TORRUELLA, Circuit Judge.

This case comes before us after the District Court of Puerto Rico found that a complaint filed by Lelis Y. Flores Silva (“Flores”) failed to state a claim and determined that amendment would be futile. Flores only appeals the futility finding. We rule that the district court did not abuse its discretion in denying the requested amendment and thus affirm.

I. Background

On New Year’s Eve of 2010, Flores, an International Affairs Specialist at the Puerto Rico State Department, filed a complaint against said department, ten of its employees (including the then Secretary of State, Kenneth McClintock), the Commonwealth of Puerto Rico (collectively, the “State Department defendants”), and the Puerto Rico Ports Authority. She alleged a myriad of claims against the State Department defendants, but the core allegations of her complaint were that defendants had discriminated against her due to her political views and that they had denied her the rights and benefits to which she was entitled under federal and local law. As against the Ports Authority, she alleges it slandered her by publishing false information regarding an arrest for marijuana possession, thereby preventing her from receiving foreign dignitaries at the local international airport as part of her work duties. She claimed violations of her due process rights under the Fifth and Fourteenth Amendments, and the depra-vation of said rights under 42 U.S.C. §§ 1983 and 1985. She requested attorney’s fees under 42 U.S.C. § 1988. She also alleged violations of the Americans with Disabilities Act of 1990, the Rehabilitation Act, Title VII of the Civil Rights Act of 1964, and asserted several claims pursuant to Puerto Rico law.

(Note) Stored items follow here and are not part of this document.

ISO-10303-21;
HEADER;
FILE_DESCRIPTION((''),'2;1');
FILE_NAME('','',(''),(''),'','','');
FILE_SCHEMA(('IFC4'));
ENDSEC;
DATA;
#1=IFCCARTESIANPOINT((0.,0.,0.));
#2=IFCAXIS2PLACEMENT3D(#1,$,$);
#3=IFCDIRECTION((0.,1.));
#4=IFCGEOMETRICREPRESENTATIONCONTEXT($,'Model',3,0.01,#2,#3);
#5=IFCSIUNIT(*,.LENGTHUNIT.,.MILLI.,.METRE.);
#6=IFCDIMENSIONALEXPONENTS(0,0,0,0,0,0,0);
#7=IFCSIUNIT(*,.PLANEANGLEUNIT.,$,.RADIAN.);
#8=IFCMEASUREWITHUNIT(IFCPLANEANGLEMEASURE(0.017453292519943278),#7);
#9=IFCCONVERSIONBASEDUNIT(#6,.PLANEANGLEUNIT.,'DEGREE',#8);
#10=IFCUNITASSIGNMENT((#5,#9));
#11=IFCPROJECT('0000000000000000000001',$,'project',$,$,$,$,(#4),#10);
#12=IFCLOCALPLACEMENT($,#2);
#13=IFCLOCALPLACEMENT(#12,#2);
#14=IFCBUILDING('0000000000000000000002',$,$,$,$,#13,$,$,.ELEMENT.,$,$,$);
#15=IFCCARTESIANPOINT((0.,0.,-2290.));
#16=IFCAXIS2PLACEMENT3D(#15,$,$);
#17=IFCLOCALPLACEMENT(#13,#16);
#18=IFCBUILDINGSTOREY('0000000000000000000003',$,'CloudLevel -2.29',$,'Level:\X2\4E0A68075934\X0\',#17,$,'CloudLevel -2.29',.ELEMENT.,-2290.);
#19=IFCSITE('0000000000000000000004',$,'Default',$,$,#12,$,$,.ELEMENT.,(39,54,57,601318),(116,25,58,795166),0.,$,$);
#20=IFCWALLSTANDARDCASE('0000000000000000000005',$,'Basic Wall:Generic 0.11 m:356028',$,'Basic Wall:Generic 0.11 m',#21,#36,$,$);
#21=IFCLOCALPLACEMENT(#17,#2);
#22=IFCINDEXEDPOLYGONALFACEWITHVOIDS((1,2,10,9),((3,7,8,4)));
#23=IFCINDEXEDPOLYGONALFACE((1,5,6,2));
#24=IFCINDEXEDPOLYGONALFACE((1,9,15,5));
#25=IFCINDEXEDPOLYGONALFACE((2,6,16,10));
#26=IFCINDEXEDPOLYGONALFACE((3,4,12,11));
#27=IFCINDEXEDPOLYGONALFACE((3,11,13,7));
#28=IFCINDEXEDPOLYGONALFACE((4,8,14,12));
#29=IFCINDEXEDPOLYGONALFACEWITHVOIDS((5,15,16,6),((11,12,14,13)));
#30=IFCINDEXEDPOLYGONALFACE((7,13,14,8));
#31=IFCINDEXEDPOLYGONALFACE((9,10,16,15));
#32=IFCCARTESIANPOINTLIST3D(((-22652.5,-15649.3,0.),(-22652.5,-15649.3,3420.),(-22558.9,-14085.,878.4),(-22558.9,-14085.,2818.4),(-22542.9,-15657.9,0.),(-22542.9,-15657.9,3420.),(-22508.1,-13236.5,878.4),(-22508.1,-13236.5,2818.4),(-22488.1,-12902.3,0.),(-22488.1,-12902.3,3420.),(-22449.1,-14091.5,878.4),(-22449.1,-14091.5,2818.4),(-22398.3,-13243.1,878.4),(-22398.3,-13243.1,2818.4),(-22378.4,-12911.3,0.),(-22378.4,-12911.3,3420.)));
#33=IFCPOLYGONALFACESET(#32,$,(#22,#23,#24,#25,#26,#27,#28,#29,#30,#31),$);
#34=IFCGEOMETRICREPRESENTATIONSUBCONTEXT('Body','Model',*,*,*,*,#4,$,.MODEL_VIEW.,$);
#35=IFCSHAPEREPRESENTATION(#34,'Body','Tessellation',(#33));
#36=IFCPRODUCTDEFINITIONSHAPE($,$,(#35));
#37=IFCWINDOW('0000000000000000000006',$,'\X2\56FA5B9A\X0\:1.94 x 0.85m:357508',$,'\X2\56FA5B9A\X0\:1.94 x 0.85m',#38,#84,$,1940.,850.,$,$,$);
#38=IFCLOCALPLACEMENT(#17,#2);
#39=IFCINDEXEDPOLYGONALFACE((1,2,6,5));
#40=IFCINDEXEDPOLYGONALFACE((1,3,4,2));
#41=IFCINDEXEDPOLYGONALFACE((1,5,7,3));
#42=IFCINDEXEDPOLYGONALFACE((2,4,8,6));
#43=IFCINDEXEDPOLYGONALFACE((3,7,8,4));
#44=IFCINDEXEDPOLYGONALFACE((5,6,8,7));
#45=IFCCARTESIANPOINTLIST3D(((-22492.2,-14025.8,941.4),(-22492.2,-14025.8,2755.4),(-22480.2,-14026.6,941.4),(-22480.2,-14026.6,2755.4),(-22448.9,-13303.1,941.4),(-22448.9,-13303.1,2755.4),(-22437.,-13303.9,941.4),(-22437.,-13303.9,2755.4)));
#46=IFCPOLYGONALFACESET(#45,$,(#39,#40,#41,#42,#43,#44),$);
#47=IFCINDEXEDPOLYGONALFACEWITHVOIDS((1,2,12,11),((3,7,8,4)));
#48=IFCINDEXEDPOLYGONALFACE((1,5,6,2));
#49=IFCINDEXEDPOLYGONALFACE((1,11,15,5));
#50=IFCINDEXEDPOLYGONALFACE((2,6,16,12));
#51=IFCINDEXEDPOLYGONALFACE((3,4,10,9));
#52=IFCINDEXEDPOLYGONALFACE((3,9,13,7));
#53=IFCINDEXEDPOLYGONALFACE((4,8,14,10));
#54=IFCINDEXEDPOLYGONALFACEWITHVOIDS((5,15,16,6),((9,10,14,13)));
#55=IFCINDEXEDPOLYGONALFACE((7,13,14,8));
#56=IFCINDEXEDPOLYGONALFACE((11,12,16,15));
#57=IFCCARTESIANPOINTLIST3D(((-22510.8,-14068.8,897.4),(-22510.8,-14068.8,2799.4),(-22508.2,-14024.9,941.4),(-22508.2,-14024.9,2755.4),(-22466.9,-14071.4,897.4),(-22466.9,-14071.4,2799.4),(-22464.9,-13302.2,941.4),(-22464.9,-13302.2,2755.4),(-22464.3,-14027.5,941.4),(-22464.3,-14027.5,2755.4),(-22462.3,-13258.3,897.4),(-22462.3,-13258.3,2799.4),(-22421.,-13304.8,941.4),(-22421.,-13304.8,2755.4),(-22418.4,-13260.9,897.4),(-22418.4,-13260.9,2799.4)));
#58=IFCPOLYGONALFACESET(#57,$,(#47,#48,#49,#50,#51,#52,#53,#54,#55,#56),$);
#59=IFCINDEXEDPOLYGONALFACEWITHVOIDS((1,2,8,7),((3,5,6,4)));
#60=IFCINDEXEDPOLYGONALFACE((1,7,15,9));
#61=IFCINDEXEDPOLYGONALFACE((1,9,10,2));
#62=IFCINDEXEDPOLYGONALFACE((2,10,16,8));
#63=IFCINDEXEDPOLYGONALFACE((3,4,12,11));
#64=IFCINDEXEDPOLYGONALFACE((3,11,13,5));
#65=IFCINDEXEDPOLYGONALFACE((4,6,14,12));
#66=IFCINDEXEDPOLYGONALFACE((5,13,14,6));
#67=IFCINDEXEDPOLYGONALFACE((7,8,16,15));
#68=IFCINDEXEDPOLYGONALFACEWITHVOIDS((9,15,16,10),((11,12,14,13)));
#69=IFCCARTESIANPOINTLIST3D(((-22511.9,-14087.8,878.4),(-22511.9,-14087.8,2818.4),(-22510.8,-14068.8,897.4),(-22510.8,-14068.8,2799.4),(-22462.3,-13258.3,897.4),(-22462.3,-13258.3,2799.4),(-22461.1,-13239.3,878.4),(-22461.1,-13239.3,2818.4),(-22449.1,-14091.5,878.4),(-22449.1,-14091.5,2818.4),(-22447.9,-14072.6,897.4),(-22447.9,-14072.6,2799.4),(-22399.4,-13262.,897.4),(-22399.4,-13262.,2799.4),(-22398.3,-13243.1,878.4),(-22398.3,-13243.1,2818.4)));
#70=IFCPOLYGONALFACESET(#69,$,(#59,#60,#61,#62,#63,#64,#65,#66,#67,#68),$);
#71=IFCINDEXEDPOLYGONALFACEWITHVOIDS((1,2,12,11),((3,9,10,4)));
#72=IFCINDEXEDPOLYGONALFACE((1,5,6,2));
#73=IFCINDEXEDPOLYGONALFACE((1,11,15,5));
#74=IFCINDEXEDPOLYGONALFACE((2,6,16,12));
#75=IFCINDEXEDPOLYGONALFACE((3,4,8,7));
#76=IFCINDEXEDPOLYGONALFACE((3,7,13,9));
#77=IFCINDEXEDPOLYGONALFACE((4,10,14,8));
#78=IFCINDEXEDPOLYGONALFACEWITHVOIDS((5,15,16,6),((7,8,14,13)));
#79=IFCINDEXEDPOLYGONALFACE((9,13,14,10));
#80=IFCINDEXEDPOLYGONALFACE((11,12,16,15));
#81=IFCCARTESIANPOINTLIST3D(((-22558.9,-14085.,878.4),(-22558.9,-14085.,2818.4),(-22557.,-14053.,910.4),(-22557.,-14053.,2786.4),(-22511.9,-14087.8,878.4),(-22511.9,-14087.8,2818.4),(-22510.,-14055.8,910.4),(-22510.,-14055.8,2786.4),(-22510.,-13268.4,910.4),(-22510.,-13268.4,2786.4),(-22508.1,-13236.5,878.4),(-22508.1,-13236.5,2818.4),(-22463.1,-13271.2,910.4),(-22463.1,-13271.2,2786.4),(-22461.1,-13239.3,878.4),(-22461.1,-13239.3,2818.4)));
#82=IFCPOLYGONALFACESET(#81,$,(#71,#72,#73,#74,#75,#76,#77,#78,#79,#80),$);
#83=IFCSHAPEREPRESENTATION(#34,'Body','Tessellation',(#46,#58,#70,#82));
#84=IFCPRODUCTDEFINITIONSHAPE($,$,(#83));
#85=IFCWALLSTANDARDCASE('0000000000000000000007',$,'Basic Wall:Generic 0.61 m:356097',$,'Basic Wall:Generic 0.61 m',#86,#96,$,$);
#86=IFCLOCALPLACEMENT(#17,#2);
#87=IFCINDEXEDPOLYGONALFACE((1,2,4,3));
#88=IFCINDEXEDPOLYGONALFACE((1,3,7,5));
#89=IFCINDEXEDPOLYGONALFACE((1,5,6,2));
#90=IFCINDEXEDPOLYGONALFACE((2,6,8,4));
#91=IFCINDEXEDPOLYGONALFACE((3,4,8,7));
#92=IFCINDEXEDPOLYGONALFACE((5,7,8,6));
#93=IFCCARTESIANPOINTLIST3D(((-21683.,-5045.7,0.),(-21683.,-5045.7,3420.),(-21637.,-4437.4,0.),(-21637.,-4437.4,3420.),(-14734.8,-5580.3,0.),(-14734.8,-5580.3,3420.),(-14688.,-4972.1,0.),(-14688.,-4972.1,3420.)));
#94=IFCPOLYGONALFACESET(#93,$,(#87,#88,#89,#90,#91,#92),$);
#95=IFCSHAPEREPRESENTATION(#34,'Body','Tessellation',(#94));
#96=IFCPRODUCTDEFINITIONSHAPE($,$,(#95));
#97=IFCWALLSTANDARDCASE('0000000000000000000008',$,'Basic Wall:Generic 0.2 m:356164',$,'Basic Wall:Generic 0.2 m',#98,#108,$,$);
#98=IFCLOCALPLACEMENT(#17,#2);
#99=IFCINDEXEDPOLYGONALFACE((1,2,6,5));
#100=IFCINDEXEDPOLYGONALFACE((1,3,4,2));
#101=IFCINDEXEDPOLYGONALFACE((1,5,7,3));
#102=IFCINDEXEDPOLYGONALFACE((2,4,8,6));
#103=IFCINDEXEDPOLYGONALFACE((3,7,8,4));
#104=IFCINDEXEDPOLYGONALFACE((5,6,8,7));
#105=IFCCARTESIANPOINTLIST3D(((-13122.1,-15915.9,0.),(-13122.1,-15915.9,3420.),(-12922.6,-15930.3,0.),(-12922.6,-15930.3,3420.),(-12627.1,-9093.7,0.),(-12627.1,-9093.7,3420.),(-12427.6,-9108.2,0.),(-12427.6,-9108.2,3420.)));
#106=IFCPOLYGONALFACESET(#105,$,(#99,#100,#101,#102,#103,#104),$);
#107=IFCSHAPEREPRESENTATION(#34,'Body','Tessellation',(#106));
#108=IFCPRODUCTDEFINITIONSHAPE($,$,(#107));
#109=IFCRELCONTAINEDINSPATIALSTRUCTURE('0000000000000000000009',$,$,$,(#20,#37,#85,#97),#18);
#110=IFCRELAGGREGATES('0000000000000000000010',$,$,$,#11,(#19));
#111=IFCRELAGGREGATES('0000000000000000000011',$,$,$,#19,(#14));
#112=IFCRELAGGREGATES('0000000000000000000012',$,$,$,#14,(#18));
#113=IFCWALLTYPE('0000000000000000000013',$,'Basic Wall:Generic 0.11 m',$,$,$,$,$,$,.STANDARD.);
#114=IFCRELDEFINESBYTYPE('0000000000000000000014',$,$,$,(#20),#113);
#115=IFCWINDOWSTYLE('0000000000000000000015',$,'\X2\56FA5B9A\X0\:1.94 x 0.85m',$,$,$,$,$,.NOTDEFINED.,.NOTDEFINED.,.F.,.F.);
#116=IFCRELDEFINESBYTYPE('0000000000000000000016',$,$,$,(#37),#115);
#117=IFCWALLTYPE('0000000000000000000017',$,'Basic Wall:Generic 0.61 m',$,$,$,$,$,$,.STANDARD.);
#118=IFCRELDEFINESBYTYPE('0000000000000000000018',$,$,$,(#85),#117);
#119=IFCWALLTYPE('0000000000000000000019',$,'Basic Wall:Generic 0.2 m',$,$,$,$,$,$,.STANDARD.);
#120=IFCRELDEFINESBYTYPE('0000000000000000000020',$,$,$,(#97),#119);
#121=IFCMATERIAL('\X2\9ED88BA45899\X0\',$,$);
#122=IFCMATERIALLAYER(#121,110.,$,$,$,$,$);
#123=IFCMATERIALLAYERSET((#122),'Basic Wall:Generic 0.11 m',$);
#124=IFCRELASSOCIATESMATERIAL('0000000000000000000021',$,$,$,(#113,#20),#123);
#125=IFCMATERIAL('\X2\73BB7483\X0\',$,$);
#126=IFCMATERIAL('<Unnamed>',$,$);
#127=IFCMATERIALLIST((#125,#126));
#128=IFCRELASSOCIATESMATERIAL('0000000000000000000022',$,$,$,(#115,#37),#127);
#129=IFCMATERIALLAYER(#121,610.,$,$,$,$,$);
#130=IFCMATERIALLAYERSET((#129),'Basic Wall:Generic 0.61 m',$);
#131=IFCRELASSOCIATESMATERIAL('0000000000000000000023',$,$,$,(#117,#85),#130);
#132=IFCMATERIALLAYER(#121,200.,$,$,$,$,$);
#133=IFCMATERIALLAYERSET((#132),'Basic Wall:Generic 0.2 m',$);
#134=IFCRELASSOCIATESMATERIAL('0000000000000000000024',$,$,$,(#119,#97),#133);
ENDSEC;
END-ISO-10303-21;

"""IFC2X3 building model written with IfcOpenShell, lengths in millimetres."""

from ifc_helpers import new_model, entity, si_unit, converted_unit, direction, frame, frame_2d, origin, origin_2d_with_axis, place, context, subcontext, project, spatial, polyline, rectangle, outline, extrude, source, transform, mapped, material, material_list, layer, layer_set, layer_usage, type_object, type_shapes, element, fill, save


model = new_model("IFC2X3")

# Units and contexts
model_context = context("Model", 3, precision=0.01, world=origin(), true_north=direction((0.0, 1.0)))
body_context = subcontext(model_context, "Body", "Model", "MODEL_VIEW")
ifc_project = project(units=[si_unit("LENGTHUNIT", "METRE", prefix="MILLI"), converted_unit("PLANEANGLEUNIT", "DEGREE", entity("IfcPlaneAngleMeasure", 0.017453292519943278), si_unit("PLANEANGLEUNIT", "RADIAN"), dimensions=[0, 0, 0, 0, 0, 0, 0])], contexts=[model_context])

# Site, building, storey
site_placement = place(None, origin())
site = spatial("IfcSite", under=ifc_project, at=site_placement, Name="Default", CompositionType="ELEMENT", RefLatitude=(39, 54, 57, 601318), RefLongitude=(116, 25, 58, 795166), RefElevation=0.0)
building_placement = place(site_placement, origin())
building = spatial("IfcBuilding", under=site, at=building_placement, CompositionType="ELEMENT")
storey_placement = place(building_placement, frame((0.0, 0.0, -2290.0)))
storey = spatial("IfcBuildingStorey", under=building, at=storey_placement, Name="CloudLevel -2.29", ObjectType="Level:上标头", LongName="CloudLevel -2.29", CompositionType="ELEMENT", Elevation=-2290.0)

# Shared definitions
ifc_material_1 = material(Name="默认墙")

# Shared definitions
ifc_material_2 = material(Name="玻璃")
ifc_material_3 = material(Name="<Unnamed>")
ifc_material_list = material_list([ifc_material_2, ifc_material_3])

The Ports Authority answered the complaint on March 29, 2011. On May 12, 2011, José Rodríguez Suárez, one of the State Department defendants, also filed a motion to dismiss pursuant to Fed.R.Civ.P. 12(b)(6).

On June 6, 2011, the district court issued a scheduling order in which it stated:

Any outstanding pleadings shall be filed not later than June 10, 2011. Any motion to amend pleadings and/or to add parties shall be filed not later than June 15, 2011. In any event, the pleadings’ [sic] stage should be concluded by July 15, 2011. Further amendments will only be allowed for good cause shown.

On June 7, 2011, Flores filed her opposition to Rodriguez Suarez’s motion to dismiss. Three days later', the remaining State Department defendants filed a separate motion to dismiss pursuant to Fed.R.Civ.P. 12(b)(6). On July 26, 2011, Flores filed her opposition to said motion. In the context of her discussion of the State Department defendants’ arguments regarding her failure to sufficiently allege the first element of a prima facie case of political *3 discrimination (i.e. that defendants were from a different political affiliation than her), Flores made the following statement: “[I]f the Honorable Court finds that there’s a lack of specificity as to political affiliation, then Plaintiff would request leave to file the corresponding amended complaint.” Flores did not file a separate motion for leave to amend the complaint thereafter.

On October 27, 2011, the district court issued an opinion and order finding that Flores’ complaint failed to state any claim upon which relief could be granted. It dismissed Flores’ political discrimination claim with prejudice, and her ADA, Rehabilitation Act, and Title VII claims, as well as the claims pursuant to Puerto Rico law, without prejudice. In its opinion and order, the district court found that Flores had conceded that she had failed to sufficiently allege the first element of a prima facie case of political discrimination and determined that an amendment regarding that element would be futile because the complaint also failed to sufficiently allege the second element: defendants’ knowledge of her political affiliation. The district court also went over the rest of Flores’ claims and found none of them plausible.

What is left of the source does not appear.